Decoding joint action success through eye movements: A data-driven approach
Talk, 47th European Conference on Visual Perception, Mainz, Germany
Humans have coordinated with one another, animals, and machines for centuries, yet the mechanisms that enable seamless collaboration without extensive training remain poorly understood. Previous research on human-human and human-agent coordination—often relying on simplified paradigms—has identified variables such as action prediction, social traits, and action initiation as key contributors to successful coordination. However, how these factors interact and influence coordination success in ecologically valid settings remains unclear. In this study, we reverse-engineered the coordination process in a naturalistic, turn-taking table tennis task while controlling for individual skill levels.

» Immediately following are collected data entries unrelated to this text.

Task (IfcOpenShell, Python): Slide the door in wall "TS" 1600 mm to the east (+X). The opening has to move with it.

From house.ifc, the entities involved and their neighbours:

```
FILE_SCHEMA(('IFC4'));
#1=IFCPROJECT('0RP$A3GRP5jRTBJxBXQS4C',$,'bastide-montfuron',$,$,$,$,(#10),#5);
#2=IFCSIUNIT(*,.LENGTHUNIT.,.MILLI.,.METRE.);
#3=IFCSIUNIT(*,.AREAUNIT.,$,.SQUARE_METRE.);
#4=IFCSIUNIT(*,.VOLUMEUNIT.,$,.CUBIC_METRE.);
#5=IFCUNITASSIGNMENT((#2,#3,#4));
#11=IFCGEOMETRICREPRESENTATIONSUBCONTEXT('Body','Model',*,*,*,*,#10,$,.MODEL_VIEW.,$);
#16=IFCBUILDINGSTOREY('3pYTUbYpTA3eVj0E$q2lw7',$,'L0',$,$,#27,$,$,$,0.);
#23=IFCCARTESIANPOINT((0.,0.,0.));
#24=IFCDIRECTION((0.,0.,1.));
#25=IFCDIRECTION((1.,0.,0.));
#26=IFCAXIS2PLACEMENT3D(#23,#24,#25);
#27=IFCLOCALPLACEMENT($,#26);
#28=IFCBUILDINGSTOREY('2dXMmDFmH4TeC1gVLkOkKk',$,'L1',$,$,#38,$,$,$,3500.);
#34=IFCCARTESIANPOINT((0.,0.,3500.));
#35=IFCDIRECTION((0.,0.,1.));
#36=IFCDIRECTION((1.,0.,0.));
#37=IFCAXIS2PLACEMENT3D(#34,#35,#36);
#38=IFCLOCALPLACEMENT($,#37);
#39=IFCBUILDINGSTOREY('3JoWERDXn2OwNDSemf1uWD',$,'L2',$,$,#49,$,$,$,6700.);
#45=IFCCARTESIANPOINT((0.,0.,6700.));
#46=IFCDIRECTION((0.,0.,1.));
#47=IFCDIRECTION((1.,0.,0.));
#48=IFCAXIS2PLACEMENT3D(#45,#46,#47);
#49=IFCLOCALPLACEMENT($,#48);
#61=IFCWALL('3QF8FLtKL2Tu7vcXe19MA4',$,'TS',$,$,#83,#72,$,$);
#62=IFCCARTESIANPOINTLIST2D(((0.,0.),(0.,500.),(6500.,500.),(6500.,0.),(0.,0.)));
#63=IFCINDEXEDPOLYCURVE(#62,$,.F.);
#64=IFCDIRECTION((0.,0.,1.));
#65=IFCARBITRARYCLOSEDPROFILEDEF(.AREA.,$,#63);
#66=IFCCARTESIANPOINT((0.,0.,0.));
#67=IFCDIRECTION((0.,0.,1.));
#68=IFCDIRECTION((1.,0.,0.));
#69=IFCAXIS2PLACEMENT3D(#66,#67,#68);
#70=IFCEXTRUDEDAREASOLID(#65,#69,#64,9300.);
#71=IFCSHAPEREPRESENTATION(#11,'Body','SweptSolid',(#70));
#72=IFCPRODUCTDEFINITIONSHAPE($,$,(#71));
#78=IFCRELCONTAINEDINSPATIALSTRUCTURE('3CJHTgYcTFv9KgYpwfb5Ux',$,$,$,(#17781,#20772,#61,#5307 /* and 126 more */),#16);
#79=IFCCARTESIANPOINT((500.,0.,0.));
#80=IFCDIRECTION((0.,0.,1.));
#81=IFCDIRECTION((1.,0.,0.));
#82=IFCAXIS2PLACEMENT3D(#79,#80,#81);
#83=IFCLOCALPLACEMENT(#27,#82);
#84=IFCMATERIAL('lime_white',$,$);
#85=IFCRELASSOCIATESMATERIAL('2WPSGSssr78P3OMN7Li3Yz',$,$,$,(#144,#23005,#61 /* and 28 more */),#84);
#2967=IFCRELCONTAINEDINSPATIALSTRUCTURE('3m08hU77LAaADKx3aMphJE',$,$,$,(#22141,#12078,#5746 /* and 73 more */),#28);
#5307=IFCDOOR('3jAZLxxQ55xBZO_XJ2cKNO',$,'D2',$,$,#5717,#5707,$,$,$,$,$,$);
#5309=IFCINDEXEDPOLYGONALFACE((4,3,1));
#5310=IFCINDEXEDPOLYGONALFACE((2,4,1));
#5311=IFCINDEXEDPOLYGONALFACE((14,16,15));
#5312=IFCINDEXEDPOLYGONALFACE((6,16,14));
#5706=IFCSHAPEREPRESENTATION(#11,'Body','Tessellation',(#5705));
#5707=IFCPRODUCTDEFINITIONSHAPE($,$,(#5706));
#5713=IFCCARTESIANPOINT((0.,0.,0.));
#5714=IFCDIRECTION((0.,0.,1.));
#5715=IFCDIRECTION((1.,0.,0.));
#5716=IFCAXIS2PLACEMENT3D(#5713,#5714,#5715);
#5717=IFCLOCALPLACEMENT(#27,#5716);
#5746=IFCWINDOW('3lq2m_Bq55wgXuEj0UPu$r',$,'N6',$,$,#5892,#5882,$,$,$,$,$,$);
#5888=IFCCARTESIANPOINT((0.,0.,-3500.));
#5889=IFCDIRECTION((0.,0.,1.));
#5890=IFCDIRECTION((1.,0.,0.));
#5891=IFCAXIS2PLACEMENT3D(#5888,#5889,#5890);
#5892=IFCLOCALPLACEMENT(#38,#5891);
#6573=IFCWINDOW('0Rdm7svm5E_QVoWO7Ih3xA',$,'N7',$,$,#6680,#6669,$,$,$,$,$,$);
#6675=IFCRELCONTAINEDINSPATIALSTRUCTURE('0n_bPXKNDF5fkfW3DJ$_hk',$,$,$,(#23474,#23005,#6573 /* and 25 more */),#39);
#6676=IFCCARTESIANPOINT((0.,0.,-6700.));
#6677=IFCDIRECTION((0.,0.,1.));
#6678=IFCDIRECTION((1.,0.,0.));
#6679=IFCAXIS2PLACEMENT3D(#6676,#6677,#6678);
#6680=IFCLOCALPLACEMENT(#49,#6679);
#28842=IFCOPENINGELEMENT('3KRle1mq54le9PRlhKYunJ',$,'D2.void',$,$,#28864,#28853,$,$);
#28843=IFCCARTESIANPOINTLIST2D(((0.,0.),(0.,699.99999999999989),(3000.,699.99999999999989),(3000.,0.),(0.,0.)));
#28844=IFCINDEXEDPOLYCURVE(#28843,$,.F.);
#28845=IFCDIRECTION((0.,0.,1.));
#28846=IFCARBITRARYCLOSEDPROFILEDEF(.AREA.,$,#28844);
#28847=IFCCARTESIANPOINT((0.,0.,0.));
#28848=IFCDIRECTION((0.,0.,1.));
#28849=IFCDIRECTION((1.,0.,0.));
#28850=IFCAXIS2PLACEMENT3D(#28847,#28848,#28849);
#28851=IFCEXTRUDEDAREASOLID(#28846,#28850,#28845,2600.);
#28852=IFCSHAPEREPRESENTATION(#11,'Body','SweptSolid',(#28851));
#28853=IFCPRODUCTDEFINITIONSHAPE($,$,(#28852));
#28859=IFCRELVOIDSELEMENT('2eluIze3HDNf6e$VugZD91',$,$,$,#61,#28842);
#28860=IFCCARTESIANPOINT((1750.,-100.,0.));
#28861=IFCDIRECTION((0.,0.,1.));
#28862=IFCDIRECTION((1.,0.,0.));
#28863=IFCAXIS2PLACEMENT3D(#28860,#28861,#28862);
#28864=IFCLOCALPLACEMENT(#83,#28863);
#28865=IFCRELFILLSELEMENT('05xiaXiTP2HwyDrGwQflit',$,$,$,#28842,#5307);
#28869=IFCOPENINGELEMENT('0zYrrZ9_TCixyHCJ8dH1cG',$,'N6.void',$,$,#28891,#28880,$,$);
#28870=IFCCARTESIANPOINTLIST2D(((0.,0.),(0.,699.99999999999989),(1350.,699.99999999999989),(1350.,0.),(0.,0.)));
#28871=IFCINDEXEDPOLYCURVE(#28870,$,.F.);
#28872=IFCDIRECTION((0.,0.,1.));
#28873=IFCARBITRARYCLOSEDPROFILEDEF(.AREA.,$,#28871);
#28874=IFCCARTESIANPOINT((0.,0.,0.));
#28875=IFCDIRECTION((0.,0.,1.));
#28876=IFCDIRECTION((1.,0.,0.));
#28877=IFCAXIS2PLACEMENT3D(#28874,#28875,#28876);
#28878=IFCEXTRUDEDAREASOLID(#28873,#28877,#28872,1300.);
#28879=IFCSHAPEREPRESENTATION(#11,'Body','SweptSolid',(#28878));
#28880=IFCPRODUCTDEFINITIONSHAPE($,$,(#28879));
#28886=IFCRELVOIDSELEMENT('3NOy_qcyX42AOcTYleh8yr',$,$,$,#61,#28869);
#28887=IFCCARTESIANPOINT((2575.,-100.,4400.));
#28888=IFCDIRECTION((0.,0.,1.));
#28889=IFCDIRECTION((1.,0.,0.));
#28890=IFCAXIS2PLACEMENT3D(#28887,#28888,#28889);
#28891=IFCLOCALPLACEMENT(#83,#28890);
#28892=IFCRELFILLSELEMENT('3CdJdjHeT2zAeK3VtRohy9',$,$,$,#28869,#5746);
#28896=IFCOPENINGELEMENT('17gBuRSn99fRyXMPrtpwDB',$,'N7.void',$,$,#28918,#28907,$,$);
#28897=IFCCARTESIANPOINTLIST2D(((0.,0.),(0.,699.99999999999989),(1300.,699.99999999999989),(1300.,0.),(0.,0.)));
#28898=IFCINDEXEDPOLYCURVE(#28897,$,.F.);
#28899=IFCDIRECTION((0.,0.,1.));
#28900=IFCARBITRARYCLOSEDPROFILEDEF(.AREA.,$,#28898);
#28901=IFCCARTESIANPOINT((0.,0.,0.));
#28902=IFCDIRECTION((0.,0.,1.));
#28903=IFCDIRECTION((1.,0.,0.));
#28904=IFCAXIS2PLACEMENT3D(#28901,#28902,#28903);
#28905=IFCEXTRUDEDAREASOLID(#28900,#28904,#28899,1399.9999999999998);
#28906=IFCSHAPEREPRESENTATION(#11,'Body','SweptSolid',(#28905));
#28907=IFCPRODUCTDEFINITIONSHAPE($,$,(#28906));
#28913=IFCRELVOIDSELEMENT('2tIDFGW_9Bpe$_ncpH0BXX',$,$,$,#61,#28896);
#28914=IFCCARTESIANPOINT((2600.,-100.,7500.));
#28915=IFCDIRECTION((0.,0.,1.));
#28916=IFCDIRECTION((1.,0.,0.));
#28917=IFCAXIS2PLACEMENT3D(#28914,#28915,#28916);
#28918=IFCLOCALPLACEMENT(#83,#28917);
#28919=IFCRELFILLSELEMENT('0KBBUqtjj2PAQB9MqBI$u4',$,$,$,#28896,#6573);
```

```python
import ifcopenshell
import ifcopenshell.api.geometry
import ifcopenshell.util.placement
import ifcopenshell.util.unit

model = ifcopenshell.open("house.ifc")
unit_scale = ifcopenshell.util.unit.calculate_unit_scale(model)

door = model.by_guid("3jAZLxxQ55xBZO_XJ2cKNO")
opening = door.FillsVoids[0].RelatingOpeningElement
wall = opening.VoidsElements[0].RelatingBuildingElement

wall_matrix = ifcopenshell.util.placement.get_local_placement(wall.ObjectPlacement)
shift = wall_matrix[:3, 0] * 1.6 / unit_scale
before = ifcopenshell.util.placement.get_local_placement(door.ObjectPlacement)[:3, 3].copy()

# The door is not placed relative to its opening, so move both.
for product in (opening, door):
    matrix = ifcopenshell.util.placement.get_local_placement(product.ObjectPlacement)
    matrix[:3, 3] += shift
    ifcopenshell.api.geometry.edit_object_placement(model, product=product, matrix=matrix, is_si=False)

after = ifcopenshell.util.placement.get_local_placement(door.ObjectPlacement)[:3, 3]
print("door moved by", (after - before).round(3) + 0.0)

model.write("house_rev.ifc")
```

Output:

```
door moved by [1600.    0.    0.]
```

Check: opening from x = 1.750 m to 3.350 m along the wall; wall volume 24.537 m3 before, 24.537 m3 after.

We found that well-calibrated internal models—reflected in individuals’ ability to predict their own actions—strongly predict coordination success, even without prior extensive training. Using multimodal tracking of eye and body movements combined with machine learning, we demonstrate that dyads with similarly accurate self-prediction abilities coordinated more effectively than those with lower or less similar predictive skills. These well-calibrated individuals were also better at anticipating the timing of their partners’ actions and relied less on visual feedback to initiate their own, enabling more proactive rather than reactive responses. These findings support motor control theories, suggesting that internal models used for individual actions can extend to social interactions. This study introduces a data-driven framework for understanding joint action, with practical implications for designing collaborative robots and training systems that promote proactive control. More broadly, our approach—combining ecologically valid tasks with computational modeling—offers a blueprint for investigating complex social interactions in domains such as sports, robotics, and rehabilitation.